The Duties of Data Journalism

Data journalism is duty-bound to the public to tell their stories in ways that challenge rather than reify existing harmful social structures, ideologies, and constructs.

Journalists who implement data analysis tools and use data visualizations or create their own datasets to analyze have a responsibility to the communities whose stories they are telling. Sometimes, these communities are much wider and further reaching than traditional journalism typically deals with, as a dataset can include thousands of people, while traditional journalism involves interviewing a small number of people, as Alex Howard points out in his keynote on “Data Journalism in the Second Machine Age.”

This extends the responsibility of the journalist across entire segments of the population, and furthermore, this responsibility must be taken with the utmost gravity, as data-driven journalism is often perceived as the definitive answer, and numerical statistics – no matter how they’ve been manipulated – tend to be cited as absolute, irrefutable proof of a fact.
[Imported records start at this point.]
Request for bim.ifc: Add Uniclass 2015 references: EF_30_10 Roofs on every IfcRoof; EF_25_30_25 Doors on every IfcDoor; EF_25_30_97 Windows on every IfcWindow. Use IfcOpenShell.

First a look at what the model holds.

```python
import ifcopenshell

model = ifcopenshell.open("bim.ifc")
print(model.schema)
print("classifications:", [c.Name for c in model.by_type("IfcClassification")])
for ifc_class in ("IfcDoor", "IfcRoof", "IfcStair", "IfcWall", "IfcWindow"):
    print(ifc_class, len(model.by_type(ifc_class)))
```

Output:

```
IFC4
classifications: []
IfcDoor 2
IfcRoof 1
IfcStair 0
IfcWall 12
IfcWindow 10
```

```python
import ifcopenshell
import ifcopenshell.api.classification

model = ifcopenshell.open("bim.ifc")

system = ifcopenshell.api.classification.add_classification(model, classification="Uniclass 2015")

codes = {
    "IfcRoof": ("EF_30_10", "Roofs"),
    "IfcDoor": ("EF_25_30_25", "Doors"),
    "IfcWindow": ("EF_25_30_97", "Windows"),
}
for ifc_class, (code, name) in codes.items():
    products = model.by_type(ifc_class)
    ifcopenshell.api.classification.add_reference(
        model, products=products, classification=system, identification=code, name=name
    )
    print(code, len(products))

model.write("bim_edited.ifc")
```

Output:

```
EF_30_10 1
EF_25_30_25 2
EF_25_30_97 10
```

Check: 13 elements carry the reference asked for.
This is significant because social issues are often changing and evolving and are not fixed physical constants. Our social mores, constructs, contracts, and our society itself, is ever-changing and must be presented as such – as variable and malleable instead of static.
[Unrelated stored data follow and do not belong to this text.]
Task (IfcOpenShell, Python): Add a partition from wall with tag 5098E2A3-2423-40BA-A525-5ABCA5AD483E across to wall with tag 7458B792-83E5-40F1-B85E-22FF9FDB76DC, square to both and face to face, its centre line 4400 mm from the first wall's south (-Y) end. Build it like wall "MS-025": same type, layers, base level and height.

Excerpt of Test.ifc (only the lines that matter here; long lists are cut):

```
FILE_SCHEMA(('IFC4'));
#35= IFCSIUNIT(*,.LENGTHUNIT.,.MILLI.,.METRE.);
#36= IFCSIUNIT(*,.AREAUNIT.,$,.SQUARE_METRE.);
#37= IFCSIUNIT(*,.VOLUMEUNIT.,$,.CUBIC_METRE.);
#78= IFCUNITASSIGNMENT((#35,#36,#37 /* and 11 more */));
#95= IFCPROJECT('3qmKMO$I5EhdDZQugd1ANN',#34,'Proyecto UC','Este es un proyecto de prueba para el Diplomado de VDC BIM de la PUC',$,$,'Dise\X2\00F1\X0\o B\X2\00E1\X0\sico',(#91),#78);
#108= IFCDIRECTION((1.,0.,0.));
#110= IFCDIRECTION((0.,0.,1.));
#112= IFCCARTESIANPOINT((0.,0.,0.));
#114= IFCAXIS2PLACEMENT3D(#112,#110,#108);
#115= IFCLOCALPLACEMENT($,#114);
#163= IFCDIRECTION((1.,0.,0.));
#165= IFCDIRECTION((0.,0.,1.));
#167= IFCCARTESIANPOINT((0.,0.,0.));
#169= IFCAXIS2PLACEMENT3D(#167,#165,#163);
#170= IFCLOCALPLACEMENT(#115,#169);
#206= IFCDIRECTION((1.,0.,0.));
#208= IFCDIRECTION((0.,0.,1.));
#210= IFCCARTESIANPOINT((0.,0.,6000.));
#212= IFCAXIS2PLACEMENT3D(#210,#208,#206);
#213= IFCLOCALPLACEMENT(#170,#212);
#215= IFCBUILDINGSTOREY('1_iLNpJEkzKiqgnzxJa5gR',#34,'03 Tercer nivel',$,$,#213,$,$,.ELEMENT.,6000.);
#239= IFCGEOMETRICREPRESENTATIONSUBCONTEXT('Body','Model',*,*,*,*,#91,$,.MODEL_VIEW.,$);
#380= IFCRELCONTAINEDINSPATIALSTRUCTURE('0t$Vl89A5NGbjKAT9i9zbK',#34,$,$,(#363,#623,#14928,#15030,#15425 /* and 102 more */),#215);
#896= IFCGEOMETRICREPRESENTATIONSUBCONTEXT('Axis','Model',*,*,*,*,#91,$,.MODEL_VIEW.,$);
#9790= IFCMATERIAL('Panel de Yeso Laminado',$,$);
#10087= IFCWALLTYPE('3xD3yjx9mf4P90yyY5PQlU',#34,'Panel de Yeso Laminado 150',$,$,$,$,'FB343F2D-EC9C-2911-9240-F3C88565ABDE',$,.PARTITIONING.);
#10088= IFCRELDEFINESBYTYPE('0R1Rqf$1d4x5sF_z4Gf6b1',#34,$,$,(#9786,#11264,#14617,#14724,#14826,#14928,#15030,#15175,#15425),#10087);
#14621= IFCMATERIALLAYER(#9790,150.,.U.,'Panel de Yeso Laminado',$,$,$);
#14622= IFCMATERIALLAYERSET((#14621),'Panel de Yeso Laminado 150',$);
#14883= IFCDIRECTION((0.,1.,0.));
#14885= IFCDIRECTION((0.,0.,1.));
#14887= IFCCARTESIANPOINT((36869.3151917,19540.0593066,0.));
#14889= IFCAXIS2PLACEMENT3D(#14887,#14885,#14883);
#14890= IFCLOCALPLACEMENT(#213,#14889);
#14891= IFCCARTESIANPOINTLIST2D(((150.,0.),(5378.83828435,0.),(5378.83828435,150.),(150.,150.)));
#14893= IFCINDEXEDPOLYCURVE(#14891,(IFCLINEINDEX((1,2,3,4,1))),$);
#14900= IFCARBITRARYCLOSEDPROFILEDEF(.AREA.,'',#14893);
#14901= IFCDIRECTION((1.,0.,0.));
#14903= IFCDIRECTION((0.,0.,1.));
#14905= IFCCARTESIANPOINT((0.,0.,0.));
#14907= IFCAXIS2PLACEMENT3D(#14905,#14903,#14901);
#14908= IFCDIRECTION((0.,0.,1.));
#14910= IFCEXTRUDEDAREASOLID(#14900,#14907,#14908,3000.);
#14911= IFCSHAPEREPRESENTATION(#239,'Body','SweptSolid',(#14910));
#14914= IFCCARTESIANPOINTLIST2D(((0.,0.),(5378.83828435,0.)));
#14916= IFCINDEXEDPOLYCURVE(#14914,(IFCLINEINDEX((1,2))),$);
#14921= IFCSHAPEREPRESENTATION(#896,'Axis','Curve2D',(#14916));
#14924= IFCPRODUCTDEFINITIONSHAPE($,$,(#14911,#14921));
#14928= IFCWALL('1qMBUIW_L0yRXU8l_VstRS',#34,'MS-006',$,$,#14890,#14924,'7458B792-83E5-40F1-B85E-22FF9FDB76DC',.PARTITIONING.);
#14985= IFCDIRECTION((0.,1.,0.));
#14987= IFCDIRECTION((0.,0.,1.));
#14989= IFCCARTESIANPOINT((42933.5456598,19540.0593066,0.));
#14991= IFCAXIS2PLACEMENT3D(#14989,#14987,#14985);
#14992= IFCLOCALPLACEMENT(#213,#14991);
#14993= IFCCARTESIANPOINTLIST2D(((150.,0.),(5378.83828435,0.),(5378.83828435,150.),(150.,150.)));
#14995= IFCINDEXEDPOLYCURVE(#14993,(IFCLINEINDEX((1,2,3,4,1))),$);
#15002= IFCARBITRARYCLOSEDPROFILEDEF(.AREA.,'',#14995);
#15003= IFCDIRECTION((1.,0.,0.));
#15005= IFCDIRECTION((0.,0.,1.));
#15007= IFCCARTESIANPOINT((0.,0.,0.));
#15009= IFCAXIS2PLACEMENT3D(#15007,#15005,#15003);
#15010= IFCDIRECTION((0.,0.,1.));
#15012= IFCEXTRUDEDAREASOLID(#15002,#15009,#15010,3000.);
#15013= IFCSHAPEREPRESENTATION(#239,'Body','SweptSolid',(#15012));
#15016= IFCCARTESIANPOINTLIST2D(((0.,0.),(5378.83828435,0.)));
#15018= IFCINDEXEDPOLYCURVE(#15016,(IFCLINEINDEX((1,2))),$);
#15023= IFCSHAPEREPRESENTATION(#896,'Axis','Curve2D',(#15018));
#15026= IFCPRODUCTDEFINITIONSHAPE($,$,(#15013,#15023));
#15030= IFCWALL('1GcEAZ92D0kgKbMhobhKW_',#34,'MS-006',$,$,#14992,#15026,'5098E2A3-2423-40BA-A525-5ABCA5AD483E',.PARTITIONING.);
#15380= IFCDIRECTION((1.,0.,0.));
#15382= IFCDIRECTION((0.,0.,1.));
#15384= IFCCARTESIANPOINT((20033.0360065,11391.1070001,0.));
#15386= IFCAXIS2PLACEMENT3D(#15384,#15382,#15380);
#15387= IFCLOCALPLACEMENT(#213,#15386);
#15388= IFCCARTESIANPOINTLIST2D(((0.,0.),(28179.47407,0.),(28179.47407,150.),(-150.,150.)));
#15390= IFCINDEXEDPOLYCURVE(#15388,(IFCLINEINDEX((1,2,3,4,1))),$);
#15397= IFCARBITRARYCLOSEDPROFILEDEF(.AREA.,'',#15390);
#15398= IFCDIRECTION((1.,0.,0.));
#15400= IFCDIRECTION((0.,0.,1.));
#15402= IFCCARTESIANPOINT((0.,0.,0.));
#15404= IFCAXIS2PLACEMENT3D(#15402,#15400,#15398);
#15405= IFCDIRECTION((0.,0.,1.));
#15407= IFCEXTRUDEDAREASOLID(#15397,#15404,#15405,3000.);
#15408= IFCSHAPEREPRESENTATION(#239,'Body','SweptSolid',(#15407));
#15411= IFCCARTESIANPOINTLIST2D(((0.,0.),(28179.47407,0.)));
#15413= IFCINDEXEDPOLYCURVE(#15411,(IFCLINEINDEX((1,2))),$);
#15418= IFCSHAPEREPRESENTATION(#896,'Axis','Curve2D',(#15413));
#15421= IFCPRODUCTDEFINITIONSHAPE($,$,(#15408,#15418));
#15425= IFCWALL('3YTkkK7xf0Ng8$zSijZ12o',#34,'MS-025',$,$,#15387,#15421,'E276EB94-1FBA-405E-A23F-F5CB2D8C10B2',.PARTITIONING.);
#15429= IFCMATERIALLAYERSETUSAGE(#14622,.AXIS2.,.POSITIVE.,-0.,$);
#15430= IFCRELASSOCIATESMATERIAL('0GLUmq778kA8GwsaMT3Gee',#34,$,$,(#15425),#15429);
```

```python
import numpy as np
import ifcopenshell
import ifcopenshell.api.geometry
import ifcopenshell.api.material
import ifcopenshell.api.pset
import ifcopenshell.api.root
import ifcopenshell.api.spatial
import ifcopenshell.api.type
import ifcopenshell.geom
import ifcopenshell.util.element
import ifcopenshell.util.placement
import ifcopenshell.util.representation
import ifcopenshell.util.shape
import ifcopenshell.util.unit

model = ifcopenshell.open("Test.ifc")
unit_scale = ifcopenshell.util.unit.calculate_unit_scale(model)
settings = ifcopenshell.geom.settings()
settings.set("use-world-coords", True)

start_wall = model.by_guid("1GcEAZ92D0kgKbMhobhKW_")
end_wall = model.by_guid("1qMBUIW_L0yRXU8l_VstRS")
like = model.by_id(15425)
matrix = ifcopenshell.util.placement.get_local_placement(start_wall.ObjectPlacement)
matrix[:3, 3] *= unit_scale


def extent(element):
    """Bounding box in the first wall's axes, in metres."""
    shape = ifcopenshell.geom.create_shape(settings, element)
    points = (ifcopenshell.util.shape.get_vertices(shape.geometry) - matrix[:3, 3]) @ matrix[:3, :3]
    return points.min(axis=0), points.max(axis=0)


y_start = extent(start_wall)[1][1]
y_end = extent(end_wall)[0][1]
like_min, like_max = extent(like)
length, height = float(abs(y_end - y_start)), float(like_max[2] - like_min[2])
layer_set = ifcopenshell.util.element.get_material(like, should_skip_usage=True)
thickness = sum(layer.LayerThickness for layer in layer_set.MaterialLayers) * unit_scale

wall = ifcopenshell.api.root.create_entity(model, ifc_class="IfcWall", name="New partition")
storey = ifcopenshell.util.element.get_container(like)
ifcopenshell.api.spatial.assign_container(model, products=[wall], relating_structure=storey)
ifcopenshell.api.type.assign_type(
    model, related_objects=[wall], relating_type=ifcopenshell.util.element.get_type(like), should_map_representations=False
)
rel = ifcopenshell.api.material.assign_material(
    model, products=[wall], type="IfcMaterialLayerSetUsage", material=layer_set
)
rel.RelatingMaterial.OffsetFromReferenceLine = -thickness / 2 / unit_scale
pset = ifcopenshell.api.pset.add_pset(model, product=wall, name="Pset_WallCommon")
ifcopenshell.api.pset.edit_pset(model, pset=pset, properties={"IsExternal": False, "LoadBearing": False})

# The axis runs down the middle of the wall.
axis = ifcopenshell.api.geometry.add_axis_representation(
    model, context=ifcopenshell.util.representation.get_context(model, "Model", "Axis"), axis=[(0.0, 0.0), (length, 0.0)]
)
body = ifcopenshell.api.geometry.add_wall_representation(
    model,
    context=ifcopenshell.util.representation.get_context(model, "Model", "Body", "MODEL_VIEW"),
    length=length,
    height=height,
    thickness=thickness,
    offset=-thickness / 2,
)
for representation in (axis, body):
    ifcopenshell.api.geometry.assign_representation(model, product=wall, representation=representation)

placement = matrix @ ifcopenshell.util.placement.rotation(90, "Z")
placement[:, 3] = matrix @ np.array([extent(start_wall)[0][0] + 4.4, y_start, like_min[2], 1.0])
ifcopenshell.api.geometry.edit_object_placement(model, product=wall, matrix=placement)

print(f"partition {length:.3f} m long, {height:.3f} m high, {thickness:.3f} m thick")

model.write("Test-out.ifc")
```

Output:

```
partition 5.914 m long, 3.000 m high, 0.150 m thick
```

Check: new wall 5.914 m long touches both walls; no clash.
As Kevin Guyan points out, these same factors are not untouched by the collection of data, and indeed, “social identities” can be and often “are partly constructed through data collection practices.” (Guyan, 51) This intensifies the magnitude of data journalism’s obligation to the communities it represents and reports on. Unethical and biased data collection practices do not merely cause harm to, say, queer communities – they actively shape the wider public’s perception of the LGBTQIA2S+ community and their day-to-day lived experiences, and indeed help mold the social identities of queer and trans individuals.

In “Data Set Failures and Intersectional Data,” Nikki Stevens asks us to consider the question of “Can data, as a concept and/or as a material object, be intersectional?” (Stevens, 13) This is presented in the context of an analysis of the many failures of a survey that limited people to several options for gender, sex, sexuality, and which used words and terms that are inherently laden with bias, such as “gender non-conforming.” Terms like these suggest that those who are cisgender are “conforming” to society’s preset gender binary, while those who did not “conform” were othered by mere virtue of the wording of the question.
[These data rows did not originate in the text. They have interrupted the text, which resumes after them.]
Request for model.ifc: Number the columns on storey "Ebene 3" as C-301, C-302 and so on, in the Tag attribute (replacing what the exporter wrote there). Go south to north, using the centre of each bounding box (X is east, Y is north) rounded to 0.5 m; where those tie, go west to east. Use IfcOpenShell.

First a look at what the model holds.

```python
import ifcopenshell
import ifcopenshell.util.element
import ifcopenshell.util.placement

model = ifcopenshell.open("model.ifc")
print(model.schema)
storey = next(s for s in model.by_type("IfcBuildingStorey") if s.Name == "Ebene 3")
columns = [e for e in ifcopenshell.util.element.get_decomposition(storey) if e.is_a("IfcColumn")]
for e in sorted(columns, key=lambda e: e.id()):
    origin = ifcopenshell.util.placement.get_local_placement(e.ObjectPlacement)[:3, 3]
    print(e.id(), e.Tag, e.Name, origin.round(2) + 0.0, sep=" | ")
```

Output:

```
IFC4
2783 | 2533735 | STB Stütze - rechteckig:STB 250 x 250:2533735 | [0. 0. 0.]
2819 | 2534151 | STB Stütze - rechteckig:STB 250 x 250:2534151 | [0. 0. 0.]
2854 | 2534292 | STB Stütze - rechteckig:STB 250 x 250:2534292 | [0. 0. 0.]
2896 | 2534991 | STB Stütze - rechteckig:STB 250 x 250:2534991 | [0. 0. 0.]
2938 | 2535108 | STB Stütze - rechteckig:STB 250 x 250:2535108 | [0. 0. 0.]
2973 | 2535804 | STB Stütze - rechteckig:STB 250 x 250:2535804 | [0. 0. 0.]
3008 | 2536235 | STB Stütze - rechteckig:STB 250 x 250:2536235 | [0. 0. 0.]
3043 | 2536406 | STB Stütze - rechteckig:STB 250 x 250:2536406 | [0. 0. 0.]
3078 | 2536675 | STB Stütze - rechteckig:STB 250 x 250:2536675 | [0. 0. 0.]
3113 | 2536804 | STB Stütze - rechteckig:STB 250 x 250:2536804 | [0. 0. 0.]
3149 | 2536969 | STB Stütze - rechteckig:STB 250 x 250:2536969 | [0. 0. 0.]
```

```python
import ifcopenshell
import ifcopenshell.geom
import ifcopenshell.util.element
import ifcopenshell.util.shape

model = ifcopenshell.open("model.ifc")
settings = ifcopenshell.geom.settings()
settings.set("use-world-coords", True)


def centre(element):
    shape = ifcopenshell.geom.create_shape(settings, element)
    return ifcopenshell.util.shape.get_bbox_centroid(shape.geometry)


storey = next(s for s in model.by_type("IfcBuildingStorey") if s.Name == "Ebene 3")
columns = [e for e in ifcopenshell.util.element.get_decomposition(storey) if e.is_a("IfcColumn")]

# Insertion points can sit at a corner or the storey origin, so sort by the geometry (in metres).
centres = {e: centre(e) for e in columns}
columns.sort(key=lambda e: (round(centres[e][1] / 0.5), centres[e][0]))

for i, e in enumerate(columns, start=1):
    number = f"C-3{i:02d}"
    e.Tag = number
    print(e.id(), number)

model.write("model-out.ifc")
```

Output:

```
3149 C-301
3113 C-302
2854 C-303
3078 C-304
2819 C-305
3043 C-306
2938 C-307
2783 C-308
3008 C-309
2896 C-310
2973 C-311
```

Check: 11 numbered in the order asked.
Stevens adds that the team was enlightened most by a final question which “asked users to add any other aspects of their identity they felt were important.” (13) The realization that there is more to people than a limited amount of data points, chosen from a limited, biased list, “reinforced for (them) the importance of self-identify boxes.” (13) Often, what people find most important about themselves cannot be quantified; it’s qualitative, and while such data can be compared to other datasets about different people, and attempts can be made to measure such variables, ultimately, people are complex systems, and their social identities are even more complex and can elude quantification or qualification.

Data journalism has an obligation to realize that within any given social system, there will be variables that remain unmeasured and others that are skewed by pre-existing biases. Transparency at all stages of data collection, analysis, and journalism, including being candid about what is being left out or sidelined, is paramount. The goal of journalism is to tell truths, and we must be cognizant that the truth can be biased towards existing social structures, constructs, and contracts.